The machines must continue to run always, so there has to be electricity for the factory, while the same does not apply for the nearby neighbourhoods. One line, then, is absent from that triangle.

The Concentrator in Charging Myths
The Concentrator in Charging Myths

This is also an important element of your work, to reflect on the missing link?

Of course. If a worker works in a factory that uses a lot of electricity, while at home he has none, something is wrong in a fundamental way. Those imaginary speculative machines serve as a way, for me as artist, to bring those discussions to the table. This is why algorithmic thinking is so important to me. It is an abstract aspect that I integrate into my own work in a very concrete manner.

Jean Katambayi Mukendi in Z33

In the Concentrator, just like in many of your works, we see the principle of balance and imbalance return. From whence this recurring metaphor?

When something is out of balance, you have to change the balance, push it into a new direction. This is in the DNA of my work. I show balance based on symmetry, gravitation. It is something that’s physically present in the machines which inspire me, but to me it is also about the transformation of a discourse, [be it] political, economic or educational.

It can be hard sometimes to move into a new direction, but this is acceptable; there is no weight without counterweight, after all. In the realm of education, for instance, we evolve and progress all the time and yet our society does not sufficiently benefit from that. The gap between rich and poor persists. There is a discontinuity, an imbalance. In my work I try to repair that circuitry. Yet resistance is a beautiful thing as well. It is disturbing, but beautiful.

And this applies not only to art, but also to everyday life. When I talk with you or with my colleagues of On-Trade-Off, I know that we agree on many points, but whenever I talk with mothers, teachers or priests it often happens that we are not in accordance with each other. And they are precisely the ones who make the machine function.

It can be hard sometimes to move into a new direction, but this is acceptable; there is no weight without counterweight, after all.

Jean Katambayi Mukendi

Is this why often you also work with salvaged and recycled materials like cardboard or copper?  

It is as if my soul says no to my searching for precious materials, [telling me] to remain faithful to my own theory. If education is important, it is always possible for you to start working with the materials available to you. Do what you can do by starting from the situation you’re in. You do not so much give shape to your work; you give shape to yourself.

It is not because you don’t have a well-equipped lab that you cannot do any research. I do research with a pen, paper and my brain. This enables me to go as far as Planet Mars.
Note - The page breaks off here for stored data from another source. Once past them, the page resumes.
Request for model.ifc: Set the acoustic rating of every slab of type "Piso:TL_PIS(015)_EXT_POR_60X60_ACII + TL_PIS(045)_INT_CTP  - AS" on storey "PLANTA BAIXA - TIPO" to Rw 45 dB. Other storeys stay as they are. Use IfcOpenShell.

First a look at what the model holds.

```python
import ifcopenshell
import ifcopenshell.util.element

model = ifcopenshell.open("model.ifc")
print(model.schema)
storey = next(s for s in model.by_type("IfcBuildingStorey") if s.Name == "PLANTA BAIXA - TIPO")
slabs = [e for e in ifcopenshell.util.element.get_decomposition(storey) if e.is_a("IfcSlab")]
seen = {}
for e in slabs:
    element_type = ifcopenshell.util.element.get_type(e)
    key = (element_type.Name if element_type != e and element_type else None, ifcopenshell.util.element.get_pset(e, "Pset_SlabCommon", "AcousticRating"))
    seen[key] = seen.get(key, 0) + 1
for (name, value), count in sorted(seen.items(), key=str):
    print(count, "x", name, "|", value)
```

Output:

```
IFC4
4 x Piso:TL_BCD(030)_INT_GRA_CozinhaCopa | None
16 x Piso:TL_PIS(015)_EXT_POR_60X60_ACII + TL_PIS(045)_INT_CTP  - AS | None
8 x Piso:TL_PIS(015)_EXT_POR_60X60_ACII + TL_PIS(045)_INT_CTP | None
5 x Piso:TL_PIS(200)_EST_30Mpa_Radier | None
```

```python
import ifcopenshell
import ifcopenshell.api.pset
import ifcopenshell.util.element

model = ifcopenshell.open("model.ifc")

storey = next(s for s in model.by_type("IfcBuildingStorey") if s.Name == "PLANTA BAIXA - TIPO")
slabs = [e for e in ifcopenshell.util.element.get_decomposition(storey) if e.is_a("IfcSlab")]

count = 0
for e in slabs:
    element_type = ifcopenshell.util.element.get_type(e)
    if element_type in (None, e) or element_type.Name != "Piso:TL_PIS(015)_EXT_POR_60X60_ACII + TL_PIS(045)_INT_CTP  - AS":
        continue
    # add_pset returns the element's existing set when there is one.
    pset = ifcopenshell.api.pset.add_pset(model, product=e, name="Pset_SlabCommon")
    ifcopenshell.api.pset.edit_pset(model, pset=pset, properties={"AcousticRating": "Rw 45 dB"})
    count += 1

print(count, "slabs updated")

model.write("model_v2.ifc")
```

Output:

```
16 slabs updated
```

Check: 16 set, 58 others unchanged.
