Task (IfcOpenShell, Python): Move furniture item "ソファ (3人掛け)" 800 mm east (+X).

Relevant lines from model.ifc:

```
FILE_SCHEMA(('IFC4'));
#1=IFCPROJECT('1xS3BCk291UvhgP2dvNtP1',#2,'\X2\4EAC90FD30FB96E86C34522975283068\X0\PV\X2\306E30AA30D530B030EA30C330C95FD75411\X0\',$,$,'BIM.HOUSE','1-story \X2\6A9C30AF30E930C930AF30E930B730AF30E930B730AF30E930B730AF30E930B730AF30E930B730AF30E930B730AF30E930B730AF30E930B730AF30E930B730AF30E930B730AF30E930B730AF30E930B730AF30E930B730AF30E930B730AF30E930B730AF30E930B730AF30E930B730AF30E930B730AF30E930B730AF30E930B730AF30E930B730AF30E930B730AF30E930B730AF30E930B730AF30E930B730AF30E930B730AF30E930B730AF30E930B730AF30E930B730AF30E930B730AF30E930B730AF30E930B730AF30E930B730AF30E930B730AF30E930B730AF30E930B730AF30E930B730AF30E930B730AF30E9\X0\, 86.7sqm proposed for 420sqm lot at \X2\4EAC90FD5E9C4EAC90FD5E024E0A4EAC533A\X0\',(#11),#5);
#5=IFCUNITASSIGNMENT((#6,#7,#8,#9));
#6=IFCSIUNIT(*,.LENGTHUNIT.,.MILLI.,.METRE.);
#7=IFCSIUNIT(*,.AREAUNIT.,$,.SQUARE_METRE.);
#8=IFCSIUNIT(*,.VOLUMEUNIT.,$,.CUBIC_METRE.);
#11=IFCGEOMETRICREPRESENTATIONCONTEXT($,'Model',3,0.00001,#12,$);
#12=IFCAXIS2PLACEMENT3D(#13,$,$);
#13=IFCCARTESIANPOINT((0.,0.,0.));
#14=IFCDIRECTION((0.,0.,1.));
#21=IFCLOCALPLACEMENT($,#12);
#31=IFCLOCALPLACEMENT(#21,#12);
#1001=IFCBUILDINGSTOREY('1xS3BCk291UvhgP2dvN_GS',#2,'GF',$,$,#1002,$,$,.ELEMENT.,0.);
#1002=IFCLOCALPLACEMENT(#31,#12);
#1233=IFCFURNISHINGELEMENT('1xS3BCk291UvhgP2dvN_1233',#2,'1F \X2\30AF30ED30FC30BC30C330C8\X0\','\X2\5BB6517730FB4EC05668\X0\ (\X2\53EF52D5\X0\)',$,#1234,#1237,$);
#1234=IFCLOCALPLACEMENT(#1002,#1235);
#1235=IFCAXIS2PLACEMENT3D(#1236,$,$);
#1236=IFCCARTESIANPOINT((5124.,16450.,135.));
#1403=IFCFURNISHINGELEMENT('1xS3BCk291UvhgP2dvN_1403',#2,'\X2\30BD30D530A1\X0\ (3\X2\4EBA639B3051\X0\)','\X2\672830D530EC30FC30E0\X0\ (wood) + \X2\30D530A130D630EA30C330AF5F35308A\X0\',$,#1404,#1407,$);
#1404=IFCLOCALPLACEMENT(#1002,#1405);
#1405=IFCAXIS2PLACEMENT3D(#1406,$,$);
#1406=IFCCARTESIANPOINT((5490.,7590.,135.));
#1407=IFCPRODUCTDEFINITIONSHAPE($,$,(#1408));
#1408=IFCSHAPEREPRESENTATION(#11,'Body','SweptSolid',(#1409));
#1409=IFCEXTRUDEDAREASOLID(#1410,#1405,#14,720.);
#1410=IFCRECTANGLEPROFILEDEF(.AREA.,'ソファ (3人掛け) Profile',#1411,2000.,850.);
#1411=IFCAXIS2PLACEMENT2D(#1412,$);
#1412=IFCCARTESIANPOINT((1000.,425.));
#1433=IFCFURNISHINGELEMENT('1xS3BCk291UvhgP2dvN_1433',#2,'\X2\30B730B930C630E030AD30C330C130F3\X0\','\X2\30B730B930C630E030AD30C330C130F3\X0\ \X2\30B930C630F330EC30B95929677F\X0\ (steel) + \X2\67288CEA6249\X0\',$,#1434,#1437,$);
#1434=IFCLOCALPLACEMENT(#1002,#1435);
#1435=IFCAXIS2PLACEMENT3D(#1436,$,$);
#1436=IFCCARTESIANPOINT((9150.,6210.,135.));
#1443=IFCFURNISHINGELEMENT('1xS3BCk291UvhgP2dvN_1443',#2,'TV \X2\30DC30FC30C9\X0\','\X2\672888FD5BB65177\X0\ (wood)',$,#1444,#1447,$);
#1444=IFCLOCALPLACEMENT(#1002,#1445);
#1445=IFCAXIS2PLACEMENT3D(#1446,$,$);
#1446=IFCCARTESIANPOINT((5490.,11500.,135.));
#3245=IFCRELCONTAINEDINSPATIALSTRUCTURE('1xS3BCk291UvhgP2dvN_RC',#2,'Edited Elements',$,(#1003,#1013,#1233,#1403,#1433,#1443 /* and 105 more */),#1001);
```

```python
import ifcopenshell
import ifcopenshell.api.geometry
import ifcopenshell.util.placement

model = ifcopenshell.open("model.ifc")

item = model.by_guid("1xS3BCk291UvhgP2dvN_1403")
matrix = ifcopenshell.util.placement.get_local_placement(item.ObjectPlacement)
matrix[0, 3] += 800.0
ifcopenshell.api.geometry.edit_object_placement(model, product=item, matrix=matrix, is_si=False)

print(ifcopenshell.util.placement.get_local_placement(item.ObjectPlacement).round(3) + 0.0)

model.write("model_rev.ifc")
```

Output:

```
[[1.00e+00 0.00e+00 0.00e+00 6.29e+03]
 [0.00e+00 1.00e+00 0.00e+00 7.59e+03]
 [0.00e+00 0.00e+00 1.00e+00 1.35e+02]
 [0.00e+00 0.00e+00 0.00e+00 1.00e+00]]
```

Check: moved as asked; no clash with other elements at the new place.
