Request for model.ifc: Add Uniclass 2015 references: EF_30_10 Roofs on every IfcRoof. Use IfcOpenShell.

First a look at what the model holds.

```python
import ifcopenshell

model = ifcopenshell.open("model.ifc")
print(model.schema)
print("classifications:", [c.Name for c in model.by_type("IfcClassification")])
for ifc_class in ("IfcDoor", "IfcRoof", "IfcStair", "IfcWall", "IfcWindow"):
    print(ifc_class, len(model.by_type(ifc_class)))
```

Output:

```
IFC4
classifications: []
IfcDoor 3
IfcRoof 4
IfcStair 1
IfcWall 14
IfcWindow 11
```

```python
import ifcopenshell
import ifcopenshell.api.classification

model = ifcopenshell.open("model.ifc")

system = ifcopenshell.api.classification.add_classification(model, classification="Uniclass 2015")

codes = {
    "IfcRoof": ("EF_30_10", "Roofs"),
}
for ifc_class, (code, name) in codes.items():
    products = model.by_type(ifc_class)
    ifcopenshell.api.classification.add_reference(
        model, products=products, classification=system, identification=code, name=name
    )
    print(code, len(products))

model.write("model_updated.ifc")
```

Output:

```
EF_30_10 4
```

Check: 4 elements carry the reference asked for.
All I need, after all, I can find inside of me or in my immediate surroundings. I have no need for a laboratory. Even more, a laboratory comes with the risk of blinding you, while it will also push your research towards a certain perspective. There is less freedom.

My mother worked as a typist, and she regularly took home sheets of paper. In this way, as a child, I became expert at cutting paper and cardboard. My father taught me about the DNA of electricity and now I mix these two elements, without having needed any special education for it. Human energy suffices when it comes to making art.